コカ・コーラが清涼飲料水容器の現状のリサイクル方針を続けると、プラスチック廃棄物はむしろ増え、2030年には年60万2000㌧のプラ廃棄物投棄になると、米環境保全基金が報告書(RIEF)
2025-04-14 22:30:18

世界最大の清涼飲料水メーカーのコカ・コーラが、世界で販売を続けている清涼飲料水用の容器を現行のまま使い続けると、2030年に年間60万2000㌧のプラスチック廃棄物が海洋/淡水域に投棄されることになる、との警鐘を鳴らす調査報告が示された。地球環境/海洋汚染を調べる非営利の米環境保全基金「オーシャナ(Oceana)」が調査した。年間の海洋等への排出量は「1800万頭のシロナガスクジラが食べて満腹になる量に匹敵する」と指摘。コカ・コーラに対して再利用できる容器の使用を強力に推進するように求めている。
同基金が、使用元を確認できる清涼飲料プラスチック容器を調べたところ、11%がコカ・コーラ製で、次にペプシコ5%、ネスレ3%で、報告書は「清涼飲料業界では、コカ・コーラが最大の、プラスチック環境汚染源になっている」としている。
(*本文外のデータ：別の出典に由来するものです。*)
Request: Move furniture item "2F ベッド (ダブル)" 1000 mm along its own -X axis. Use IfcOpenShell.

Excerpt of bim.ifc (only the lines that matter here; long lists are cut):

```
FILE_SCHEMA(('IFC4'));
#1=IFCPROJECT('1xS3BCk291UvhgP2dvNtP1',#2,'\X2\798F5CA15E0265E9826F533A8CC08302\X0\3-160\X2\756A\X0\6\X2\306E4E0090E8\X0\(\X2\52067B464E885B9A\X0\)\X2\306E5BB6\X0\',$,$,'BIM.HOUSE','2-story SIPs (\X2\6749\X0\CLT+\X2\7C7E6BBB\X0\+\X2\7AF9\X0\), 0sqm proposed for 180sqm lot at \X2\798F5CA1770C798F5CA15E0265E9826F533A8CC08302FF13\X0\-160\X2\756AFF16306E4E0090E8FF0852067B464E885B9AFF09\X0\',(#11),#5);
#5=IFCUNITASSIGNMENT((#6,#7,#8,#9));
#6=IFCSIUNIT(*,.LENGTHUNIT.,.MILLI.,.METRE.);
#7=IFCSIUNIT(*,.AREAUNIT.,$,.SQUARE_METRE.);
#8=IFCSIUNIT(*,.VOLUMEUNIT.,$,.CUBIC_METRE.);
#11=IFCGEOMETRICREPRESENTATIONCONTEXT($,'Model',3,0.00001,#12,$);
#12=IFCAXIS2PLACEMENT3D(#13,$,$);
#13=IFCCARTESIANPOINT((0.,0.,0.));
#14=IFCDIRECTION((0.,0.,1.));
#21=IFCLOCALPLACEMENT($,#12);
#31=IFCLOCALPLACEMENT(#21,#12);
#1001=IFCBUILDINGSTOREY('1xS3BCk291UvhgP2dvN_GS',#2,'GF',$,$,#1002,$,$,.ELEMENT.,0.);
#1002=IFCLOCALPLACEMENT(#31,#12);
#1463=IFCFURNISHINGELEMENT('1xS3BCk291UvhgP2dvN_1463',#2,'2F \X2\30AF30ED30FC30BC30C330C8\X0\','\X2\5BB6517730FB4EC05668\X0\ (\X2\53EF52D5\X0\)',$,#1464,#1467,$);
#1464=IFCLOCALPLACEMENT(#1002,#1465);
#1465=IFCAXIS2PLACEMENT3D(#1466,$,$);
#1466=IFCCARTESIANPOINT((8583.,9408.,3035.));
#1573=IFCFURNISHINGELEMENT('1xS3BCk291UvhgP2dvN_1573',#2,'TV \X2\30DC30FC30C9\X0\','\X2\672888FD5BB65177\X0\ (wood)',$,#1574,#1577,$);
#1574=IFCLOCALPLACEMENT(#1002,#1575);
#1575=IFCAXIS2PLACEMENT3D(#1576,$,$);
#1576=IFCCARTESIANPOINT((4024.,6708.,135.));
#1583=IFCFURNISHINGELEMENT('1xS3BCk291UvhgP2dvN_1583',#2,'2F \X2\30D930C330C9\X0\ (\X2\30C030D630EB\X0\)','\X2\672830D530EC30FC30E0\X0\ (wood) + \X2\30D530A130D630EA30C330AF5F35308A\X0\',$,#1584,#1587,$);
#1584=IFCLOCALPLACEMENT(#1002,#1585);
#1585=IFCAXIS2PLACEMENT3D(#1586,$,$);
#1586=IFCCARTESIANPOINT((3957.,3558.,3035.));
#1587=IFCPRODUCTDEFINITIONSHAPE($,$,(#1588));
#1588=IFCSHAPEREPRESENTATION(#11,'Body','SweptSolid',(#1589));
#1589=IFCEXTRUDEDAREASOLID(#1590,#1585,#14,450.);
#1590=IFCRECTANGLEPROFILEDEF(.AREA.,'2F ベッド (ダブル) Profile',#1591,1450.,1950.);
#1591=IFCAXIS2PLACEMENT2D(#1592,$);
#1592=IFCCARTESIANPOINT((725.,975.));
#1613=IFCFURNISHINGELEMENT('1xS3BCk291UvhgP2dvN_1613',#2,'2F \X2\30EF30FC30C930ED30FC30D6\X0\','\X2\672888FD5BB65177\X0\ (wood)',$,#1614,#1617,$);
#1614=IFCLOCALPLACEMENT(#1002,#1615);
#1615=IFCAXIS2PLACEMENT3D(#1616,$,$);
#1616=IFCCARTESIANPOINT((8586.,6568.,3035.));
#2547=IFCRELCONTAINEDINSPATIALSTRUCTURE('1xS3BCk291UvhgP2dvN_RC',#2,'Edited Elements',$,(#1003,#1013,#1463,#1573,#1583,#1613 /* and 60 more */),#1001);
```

```python
import ifcopenshell
import ifcopenshell.api.geometry
import ifcopenshell.util.placement
import ifcopenshell.util.unit

model = ifcopenshell.open("bim.ifc")
unit_scale = ifcopenshell.util.unit.calculate_unit_scale(model)

item = model.by_guid("1xS3BCk291UvhgP2dvN_1583")
matrix = ifcopenshell.util.placement.get_local_placement(item.ObjectPlacement)
matrix[:3, 3] -= matrix[:3, 0] * 1 / unit_scale
ifcopenshell.api.geometry.edit_object_placement(model, product=item, matrix=matrix, is_si=False)

print(ifcopenshell.util.placement.get_local_placement(item.ObjectPlacement).round(3) + 0.0)

model.write("bim_rev.ifc")
```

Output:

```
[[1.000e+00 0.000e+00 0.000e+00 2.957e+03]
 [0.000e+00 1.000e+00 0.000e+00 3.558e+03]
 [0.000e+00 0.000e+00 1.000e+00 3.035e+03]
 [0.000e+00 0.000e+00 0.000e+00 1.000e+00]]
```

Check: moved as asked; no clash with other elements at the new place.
海洋などの水域に投棄されたプラスチックは、自然環境で細分化され、マイクロプラスチック(直径5mm以下の微細なプラスチックごみ)として、魚介類等の体内に蓄積、人間を含む他の生態に移転していくことが知られている。これらのマイクロプラスチックによる人体影響については、明確には断定されていないものの、体内蓄積が増大すると、ガンや心臓病、糖尿病、不妊症、発達生障害などの発症につながる恐れがある、との指摘もある。
コカ・コーラは世界最大の清涼飲料メーカー。オーシャナの調べでは、現行の容器の使い方を継続すると、2030年には年間410万㌧以上のプラスチック容器を使うことになる(コカ・コーラが発表している2018~2023年のデータを基に試算)。2018年比18%増、2023年比40%増になるとしている。
コカ・コーラ自体はプラスチック容器対策(World Without Waste Program)を展開しており、容器のリサイクル(再資源化)化に力を入れていると公表している。たとえば、2022年には、再生プラスチック容器を10億㌦分購入して使用したほか、2035年までに全社のプラ容器の35~40%を、プラスチック、ガラス、アルミの各素材のリサイクル資源を使う(うちプラ容器は30~35%)としている。さらに「使い捨て容器」の回収にも力を入れているとしている。同社によると、消費者向け容器の95%がリサイクルできるように作っているとしている。
これに対して、オーシャナは、「使い捨て容器をリサイクル利用する方法は、環境汚染対策としては限界がある。根本的な問題解決にはならない」とコカ・コーラの対策を批判している。オーシャナによれば、海洋投棄などを防ぐためには、使い捨て容器のリサイクルに比べて、容器の再利用化のほうがはるかに有効だとしている。
再利用可能なプラスチック製ならば25回以上、ガラス容器ならば50回以上繰り返して利用できるという。オーシャナの試算では、「コカ・コーラが再利用可能容器の使用率を2030年までに26.4%に引き上げれば、プラスチックの使用量を現在のレベル以下に抑えこめる」という。
コカ・コーラの場合、再利用できる容器の使用率は2023年に10.2%となっている。同社は、再利用可能容器の使用についてはリサイクルほど熱心ではない。2022年には「2030年までに再利用可能容器の比率を25%に引き上げる」としていたが、2024年末に同プログラムを変更し、「容器の再利用にも投資している」とする一方、むしろ使い捨て容器のリサイクルを重視する方針に転換した形となっている。
海洋のプラスチック汚染は深刻度を増している。世界経済フォーラム(ダボス会議)が約10年前に、「このままプラスチックごみが増え続ければ、2050年にはプラスチックごみの量が魚の量を超える」と警告していたが、その後も大きな改善は見られていない。